An argument against George Washington's paternity is that he fathered no children with Martha Washington. As she bore four children in her previous marriage, some sources state that Washington was infertile, perhaps due to an early bout with smallpox or tuberculosis, though studies have shown that smallpox does not always cause sterility. In a letter written in 1786 (West Ford's birth date is believed to be around 1784–1786) to a nephew, George Washington expressed his opinion that it was not because of himself that he was childless with his wife. The letter also stated that he had no biological children: If Mrs. Washington should survive me there is moral certainty of my dying without issue, and should I be the longest liver, the matter in my opinion is almost as certain; for whilst I retain the reasoning faculties I shall never marry a girl and it is not probable th[a]t I should have children by a woman of an age suitable to my own should I be disposed to enter into a second marriage.

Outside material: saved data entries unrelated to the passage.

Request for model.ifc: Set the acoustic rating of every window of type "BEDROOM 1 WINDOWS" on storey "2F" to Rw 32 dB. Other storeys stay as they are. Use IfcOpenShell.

First a look at what the model holds.

```python
import ifcopenshell
import ifcopenshell.util.element

model = ifcopenshell.open("model.ifc")
print(model.schema)
storey = next(s for s in model.by_type("IfcBuildingStorey") if s.Name == "2F")
windows = [e for e in ifcopenshell.util.element.get_decomposition(storey) if e.is_a("IfcWindow")]
seen = {}
for e in windows:
    element_type = ifcopenshell.util.element.get_type(e)
    key = (element_type.Name if element_type != e and element_type else None, ifcopenshell.util.element.get_pset(e, "Pset_WindowCommon", "AcousticRating"))
    seen[key] = seen.get(key, 0) + 1
for (name, value), count in sorted(seen.items(), key=str):
    print(count, "x", name, "|", value)
```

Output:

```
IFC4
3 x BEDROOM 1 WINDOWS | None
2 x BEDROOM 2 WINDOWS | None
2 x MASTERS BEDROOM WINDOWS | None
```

```python
import ifcopenshell
import ifcopenshell.api.pset
import ifcopenshell.util.element

model = ifcopenshell.open("model.ifc")

storey = next(s for s in model.by_type("IfcBuildingStorey") if s.Name == "2F")
windows = [e for e in ifcopenshell.util.element.get_decomposition(storey) if e.is_a("IfcWindow")]

count = 0
for e in windows:
    element_type = ifcopenshell.util.element.get_type(e)
    if element_type in (None, e) or element_type.Name != "BEDROOM 1 WINDOWS":
        continue
    # add_pset returns the element's existing set when there is one.
    pset = ifcopenshell.api.pset.add_pset(model, product=e, name="Pset_WindowCommon")
    ifcopenshell.api.pset.edit_pset(model, pset=pset, properties={"AcousticRating": "Rw 32 dB"})
    count += 1

print(count, "windows updated")

model.write("model_updated.ifc")
```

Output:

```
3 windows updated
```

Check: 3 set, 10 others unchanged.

Some speculate that it was Martha Washington who could not conceive a child with her husband. Authors William Rasmussen and Robert Tilton have written that, "According to a tradition passed down in Masonic circles, Martha Washington would have needed some sort of corrective surgery in order to conceive additional children, after the birth of Patsy." But regardless of whether Martha Washington could biologically have had children after her marriage to George, most historians believe that George could not, despite his own expressed opinion.

DNA testing has not been carried out even though the family has asked for it to be conducted. In 1994, locks of hair supposedly from George Washington were given to the FBI for testing, but not enough DNA was recovered to make analysis possible. In addition, West Ford's exact burial site is unknown. His family has stated that his body was placed in the old tomb of Washington upon his death and now it is thought his body was buried in Mount Vernon's Enslaved Burial Ground along with burials of perhaps 50 to 75 other individuals. Without corroborating evidence including DNA, or favorable treatment to indicate a relationship, establishing a relationship between the two is challenging. Linda Allen Hollis, the Ford family's official chronicler, is conducting new DNA research and gathering information from extended family branches to help substantiate the claim that West Ford was the son of George Washington. However if evidence was able to be found it still may be possible to discern if the two men were father and son. According to Bushrod Washington biographer Gerard Magliocca, it is more logical that West Ford's father was one of the four Washington men who lived at Bushfield plantation when Ford's mother was there. (Bushfield is where West Ford grew up before moving to Mount Vernon in 1802.)